We can see here (helped by the fact that Transaction ID is in use, though this is optional per the ModbusTCP spec so it could always be zero) that the Modbus Response came out 0.038635sec after the query.  This would be the response time, and is then about 39ms.  Great - for sure, Wireshark gave us useful information.  But here's the catch.  I want to use the timings to see the big picture.  We have 150200 total Modbus transactions (a transaction being a query/response pair, which provides for a single response time measurement) across many different hosts (recall we saw different IP addresses in use before filtering to a single TCP connection).

The tool developed automates these calculations and provides for CSV file format output so that the results can be sent to nearly any graphing tool that can import CSV files (comma separated values).  Excel will work, but is not optimal.  A better tool is Minitab, which has great graphs for exploratory data analysis.  The idea is to get the big picture so we can compare what normal might look like for this network compared to what is happening when a problem is indicated.

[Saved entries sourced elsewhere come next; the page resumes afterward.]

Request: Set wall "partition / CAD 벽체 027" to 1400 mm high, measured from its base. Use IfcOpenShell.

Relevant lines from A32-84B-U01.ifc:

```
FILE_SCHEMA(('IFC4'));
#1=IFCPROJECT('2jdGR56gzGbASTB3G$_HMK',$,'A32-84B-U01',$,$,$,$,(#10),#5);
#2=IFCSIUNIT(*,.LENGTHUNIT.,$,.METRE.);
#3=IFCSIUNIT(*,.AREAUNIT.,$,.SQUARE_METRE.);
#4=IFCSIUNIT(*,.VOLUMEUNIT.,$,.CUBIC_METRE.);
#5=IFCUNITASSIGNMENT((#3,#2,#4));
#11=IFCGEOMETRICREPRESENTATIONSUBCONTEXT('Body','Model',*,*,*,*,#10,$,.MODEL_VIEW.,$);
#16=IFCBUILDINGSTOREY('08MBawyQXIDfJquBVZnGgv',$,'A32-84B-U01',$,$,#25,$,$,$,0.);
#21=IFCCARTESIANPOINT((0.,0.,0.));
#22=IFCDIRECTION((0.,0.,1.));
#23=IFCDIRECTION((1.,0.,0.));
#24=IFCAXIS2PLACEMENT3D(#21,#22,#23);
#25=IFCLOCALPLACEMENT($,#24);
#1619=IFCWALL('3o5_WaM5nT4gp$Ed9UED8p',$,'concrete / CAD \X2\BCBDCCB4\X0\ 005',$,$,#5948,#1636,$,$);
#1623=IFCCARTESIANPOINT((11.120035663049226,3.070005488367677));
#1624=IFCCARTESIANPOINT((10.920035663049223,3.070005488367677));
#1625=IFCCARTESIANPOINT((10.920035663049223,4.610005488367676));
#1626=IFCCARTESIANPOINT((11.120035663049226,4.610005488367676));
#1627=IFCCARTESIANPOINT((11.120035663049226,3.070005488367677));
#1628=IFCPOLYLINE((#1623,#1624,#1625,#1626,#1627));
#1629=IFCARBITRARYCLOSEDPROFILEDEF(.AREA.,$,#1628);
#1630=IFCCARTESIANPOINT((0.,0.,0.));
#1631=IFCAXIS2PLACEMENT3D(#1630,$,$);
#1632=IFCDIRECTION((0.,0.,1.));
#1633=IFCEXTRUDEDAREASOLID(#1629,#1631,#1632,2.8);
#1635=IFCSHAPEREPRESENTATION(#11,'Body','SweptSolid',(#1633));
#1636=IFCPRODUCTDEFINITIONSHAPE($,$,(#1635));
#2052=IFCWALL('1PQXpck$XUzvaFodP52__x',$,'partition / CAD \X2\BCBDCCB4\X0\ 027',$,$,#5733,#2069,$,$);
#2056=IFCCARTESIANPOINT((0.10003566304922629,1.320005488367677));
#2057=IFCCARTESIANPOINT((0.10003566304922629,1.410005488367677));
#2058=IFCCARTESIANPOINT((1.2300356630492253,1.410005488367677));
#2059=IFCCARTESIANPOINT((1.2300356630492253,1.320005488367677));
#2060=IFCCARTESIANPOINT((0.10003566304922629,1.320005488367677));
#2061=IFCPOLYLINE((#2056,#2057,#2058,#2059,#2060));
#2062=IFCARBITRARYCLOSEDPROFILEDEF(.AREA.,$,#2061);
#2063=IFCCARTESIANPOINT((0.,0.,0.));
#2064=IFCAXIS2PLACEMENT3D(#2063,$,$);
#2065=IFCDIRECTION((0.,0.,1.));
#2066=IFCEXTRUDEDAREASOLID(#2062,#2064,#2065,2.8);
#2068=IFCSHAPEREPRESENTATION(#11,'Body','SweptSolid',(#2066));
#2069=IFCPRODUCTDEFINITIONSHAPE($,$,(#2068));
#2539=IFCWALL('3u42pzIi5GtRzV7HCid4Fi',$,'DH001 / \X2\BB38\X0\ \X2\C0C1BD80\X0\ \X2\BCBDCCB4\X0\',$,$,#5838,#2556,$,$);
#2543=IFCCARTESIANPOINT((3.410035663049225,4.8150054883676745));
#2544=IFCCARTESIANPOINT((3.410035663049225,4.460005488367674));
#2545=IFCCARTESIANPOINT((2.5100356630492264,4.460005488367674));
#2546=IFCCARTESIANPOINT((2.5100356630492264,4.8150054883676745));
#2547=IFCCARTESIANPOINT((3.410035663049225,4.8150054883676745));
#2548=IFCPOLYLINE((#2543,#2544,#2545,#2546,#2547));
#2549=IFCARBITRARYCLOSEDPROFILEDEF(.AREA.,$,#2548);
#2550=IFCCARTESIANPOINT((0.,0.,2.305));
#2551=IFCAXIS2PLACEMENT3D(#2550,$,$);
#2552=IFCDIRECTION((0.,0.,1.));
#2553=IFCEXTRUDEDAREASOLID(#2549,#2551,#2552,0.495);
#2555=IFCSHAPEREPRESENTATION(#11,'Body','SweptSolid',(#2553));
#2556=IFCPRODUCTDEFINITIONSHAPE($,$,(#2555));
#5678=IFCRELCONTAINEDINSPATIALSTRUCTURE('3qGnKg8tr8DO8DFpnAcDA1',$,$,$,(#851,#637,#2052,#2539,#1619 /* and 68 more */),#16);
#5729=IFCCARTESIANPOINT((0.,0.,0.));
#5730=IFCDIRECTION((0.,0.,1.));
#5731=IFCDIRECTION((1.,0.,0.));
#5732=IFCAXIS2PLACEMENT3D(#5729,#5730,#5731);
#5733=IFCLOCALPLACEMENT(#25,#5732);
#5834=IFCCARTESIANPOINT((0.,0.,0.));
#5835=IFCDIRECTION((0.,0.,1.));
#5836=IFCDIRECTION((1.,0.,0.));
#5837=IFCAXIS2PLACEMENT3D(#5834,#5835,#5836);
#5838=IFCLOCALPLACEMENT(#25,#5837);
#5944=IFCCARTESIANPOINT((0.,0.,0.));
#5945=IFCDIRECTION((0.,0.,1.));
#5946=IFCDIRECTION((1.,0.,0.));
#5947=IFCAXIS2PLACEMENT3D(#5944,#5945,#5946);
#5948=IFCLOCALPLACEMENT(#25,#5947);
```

```python
import ifcopenshell
import ifcopenshell.geom
import ifcopenshell.util.representation
import ifcopenshell.util.shape

model = ifcopenshell.open("A32-84B-U01.ifc")
settings = ifcopenshell.geom.settings()


def volume(element):
    """Net volume in cubic metres, openings subtracted."""
    shape = ifcopenshell.geom.create_shape(settings, element)
    return ifcopenshell.util.shape.get_volume(shape.geometry)


wall = model.by_guid("1PQXpck$XUzvaFodP52__x")
before = volume(wall)

body = ifcopenshell.util.representation.get_representation(wall, "Model", "Body")
solid = body.Items[0]
old_height = solid.Depth
solid.Depth = 1.4
after = volume(wall)

print(f"height {old_height:g} -> {solid.Depth:g}, volume {before:.3f} -> {after:.3f} m3")

model.write("A32-84B-U01_edited.ifc")
```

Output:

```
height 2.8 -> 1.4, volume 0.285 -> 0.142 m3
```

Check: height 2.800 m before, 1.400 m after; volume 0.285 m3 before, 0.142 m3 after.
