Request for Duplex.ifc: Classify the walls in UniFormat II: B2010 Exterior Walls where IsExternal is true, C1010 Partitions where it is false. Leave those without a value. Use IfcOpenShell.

First a look at what the model holds.

```python
import ifcopenshell
import ifcopenshell.util.element

model = ifcopenshell.open("Duplex.ifc")
print(model.schema)
print("classifications:", [c.Name for c in model.by_type("IfcClassification")])
values = [ifcopenshell.util.element.get_pset(e, "Pset_WallCommon", "IsExternal") for e in model.by_type("IfcWall")]
for value in (True, False, None):
    print("IsExternal", value, values.count(value))
```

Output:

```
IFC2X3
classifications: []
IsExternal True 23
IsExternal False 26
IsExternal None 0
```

```python
import ifcopenshell
import ifcopenshell.api.classification
import ifcopenshell.util.element

model = ifcopenshell.open("Duplex.ifc")

# IFC2X3 requires Source and Edition and has no link from the project to the system.
system = model.create_entity("IfcClassification", Source="ASTM", Edition="E1557", Name="UniFormat II")

walls = model.by_type("IfcWall")
external = {e: ifcopenshell.util.element.get_pset(e, "Pset_WallCommon", "IsExternal") for e in walls}
for flag, code, name in ((True, "B2010", "Exterior Walls"), (False, "C1010", "Partitions")):
    products = [e for e in walls if external[e] is flag]
    ifcopenshell.api.classification.add_reference(
        model, products=products, classification=system, identification=code, name=name
    )
    print(code, len(products))

model.write("Duplex_edited.ifc")
```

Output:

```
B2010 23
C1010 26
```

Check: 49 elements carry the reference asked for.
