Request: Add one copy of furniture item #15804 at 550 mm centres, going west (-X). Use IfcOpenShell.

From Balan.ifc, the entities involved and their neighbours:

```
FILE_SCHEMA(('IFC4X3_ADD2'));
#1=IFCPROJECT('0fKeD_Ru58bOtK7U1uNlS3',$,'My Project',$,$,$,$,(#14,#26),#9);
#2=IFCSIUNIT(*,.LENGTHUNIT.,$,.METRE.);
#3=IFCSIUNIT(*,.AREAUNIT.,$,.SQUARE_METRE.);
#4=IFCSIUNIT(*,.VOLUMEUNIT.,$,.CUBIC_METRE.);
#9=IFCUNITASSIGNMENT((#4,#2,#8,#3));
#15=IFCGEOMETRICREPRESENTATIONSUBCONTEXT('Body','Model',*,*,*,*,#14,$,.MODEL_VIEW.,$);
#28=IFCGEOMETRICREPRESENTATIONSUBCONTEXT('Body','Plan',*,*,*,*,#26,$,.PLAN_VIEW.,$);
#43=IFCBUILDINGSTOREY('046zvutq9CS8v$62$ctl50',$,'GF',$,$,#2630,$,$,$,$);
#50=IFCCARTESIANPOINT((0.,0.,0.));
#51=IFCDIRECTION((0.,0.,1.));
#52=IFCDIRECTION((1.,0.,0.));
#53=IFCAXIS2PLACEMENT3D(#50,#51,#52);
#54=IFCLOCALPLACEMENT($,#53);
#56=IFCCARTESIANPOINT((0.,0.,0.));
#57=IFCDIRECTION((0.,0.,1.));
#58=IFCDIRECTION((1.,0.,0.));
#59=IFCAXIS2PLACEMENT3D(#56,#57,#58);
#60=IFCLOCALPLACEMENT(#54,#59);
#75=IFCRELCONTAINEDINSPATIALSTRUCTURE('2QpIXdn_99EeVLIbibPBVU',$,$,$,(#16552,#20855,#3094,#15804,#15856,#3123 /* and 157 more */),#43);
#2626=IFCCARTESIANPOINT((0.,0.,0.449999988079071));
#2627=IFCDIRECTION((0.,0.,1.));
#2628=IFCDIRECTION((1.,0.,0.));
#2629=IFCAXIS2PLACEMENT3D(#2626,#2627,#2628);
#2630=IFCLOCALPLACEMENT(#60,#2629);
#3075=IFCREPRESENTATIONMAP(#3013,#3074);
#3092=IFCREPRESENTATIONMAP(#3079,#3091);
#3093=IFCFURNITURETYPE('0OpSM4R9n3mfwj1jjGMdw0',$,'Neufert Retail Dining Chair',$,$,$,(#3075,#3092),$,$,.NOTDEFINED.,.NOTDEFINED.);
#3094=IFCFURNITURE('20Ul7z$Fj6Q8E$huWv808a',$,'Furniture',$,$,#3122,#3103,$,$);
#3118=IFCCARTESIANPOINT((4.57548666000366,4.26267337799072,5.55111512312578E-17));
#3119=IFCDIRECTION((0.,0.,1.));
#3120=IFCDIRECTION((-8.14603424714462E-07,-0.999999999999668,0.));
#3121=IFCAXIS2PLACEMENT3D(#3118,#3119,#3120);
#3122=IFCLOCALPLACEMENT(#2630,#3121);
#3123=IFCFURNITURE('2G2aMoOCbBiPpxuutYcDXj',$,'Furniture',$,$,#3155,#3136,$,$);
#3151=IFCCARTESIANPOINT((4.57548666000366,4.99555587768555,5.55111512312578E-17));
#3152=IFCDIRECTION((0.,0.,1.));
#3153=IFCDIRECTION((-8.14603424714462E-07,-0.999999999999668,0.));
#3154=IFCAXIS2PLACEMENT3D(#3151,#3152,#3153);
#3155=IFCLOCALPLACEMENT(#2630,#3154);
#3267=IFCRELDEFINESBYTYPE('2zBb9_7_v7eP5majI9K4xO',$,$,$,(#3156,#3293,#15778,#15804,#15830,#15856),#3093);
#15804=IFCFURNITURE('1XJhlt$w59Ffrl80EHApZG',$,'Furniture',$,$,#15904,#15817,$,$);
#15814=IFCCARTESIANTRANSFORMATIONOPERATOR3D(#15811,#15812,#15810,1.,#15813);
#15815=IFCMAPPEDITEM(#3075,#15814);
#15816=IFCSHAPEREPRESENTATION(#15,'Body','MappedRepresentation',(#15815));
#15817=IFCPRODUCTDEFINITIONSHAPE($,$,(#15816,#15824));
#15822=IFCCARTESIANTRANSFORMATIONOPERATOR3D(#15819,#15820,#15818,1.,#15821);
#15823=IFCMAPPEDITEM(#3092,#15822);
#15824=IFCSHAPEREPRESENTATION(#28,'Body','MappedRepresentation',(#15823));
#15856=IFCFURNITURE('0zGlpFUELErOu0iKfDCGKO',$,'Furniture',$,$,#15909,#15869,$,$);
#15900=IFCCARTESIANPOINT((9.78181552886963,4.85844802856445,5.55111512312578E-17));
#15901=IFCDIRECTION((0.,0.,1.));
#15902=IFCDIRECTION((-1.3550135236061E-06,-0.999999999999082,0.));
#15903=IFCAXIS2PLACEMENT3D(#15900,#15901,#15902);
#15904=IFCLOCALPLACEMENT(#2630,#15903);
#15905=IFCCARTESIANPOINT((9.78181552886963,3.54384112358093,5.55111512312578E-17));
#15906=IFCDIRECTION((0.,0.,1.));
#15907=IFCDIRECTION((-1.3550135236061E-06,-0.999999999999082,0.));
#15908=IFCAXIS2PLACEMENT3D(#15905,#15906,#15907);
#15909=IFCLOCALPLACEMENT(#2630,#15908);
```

```python
import numpy as np
import ifcopenshell
import ifcopenshell.api.geometry
import ifcopenshell.api.root
import ifcopenshell.util.element
import ifcopenshell.util.placement
import ifcopenshell.util.unit

model = ifcopenshell.open("Balan.ifc")
unit_scale = ifcopenshell.util.unit.calculate_unit_scale(model)

source = model.by_guid("1XJhlt$w59Ffrl80EHApZG")
base = ifcopenshell.util.placement.get_local_placement(source.ObjectPlacement)
step = np.array([-1.0, 0.0, 0.0]) * 0.55 / unit_scale

for i in range(1, 2):
    copy = ifcopenshell.api.root.copy_class(model, product=source)
    copy.Representation = ifcopenshell.util.element.copy_deep(
        model, source.Representation, exclude=["IfcGeometricRepresentationContext", "IfcRepresentationMap"]
    )
    matrix = base.copy()
    matrix[:3, 3] += i * step
    print("added at", matrix[:3, 3].round(3) + 0.0)
    ifcopenshell.api.geometry.edit_object_placement(model, product=copy, matrix=matrix, is_si=False)

model.write("Balan_edited.ifc")
```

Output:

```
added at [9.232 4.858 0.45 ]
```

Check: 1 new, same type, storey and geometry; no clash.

The tool executes in perl and acts like a processor - it natively reads pcap files (as generated from libpcap, which is what Wireshark and TCPDump can use) and sorts the packets and does the calculations for us.  Note that newer versions of Wireshark use pcapng format, which is not the same - so if this is in use, open the file in Wireshark and save as pcap format.  Also note that the tool expects little endian format, as would be the case if used with Intel or other x86 format processors.  If you have a packet capture from an early MAC (before they went to Intel chips) or other big endian processors (such as SPARC on SUN, MIPS, etc) there be trouble due to endianess issue (these would be rare, but could happen).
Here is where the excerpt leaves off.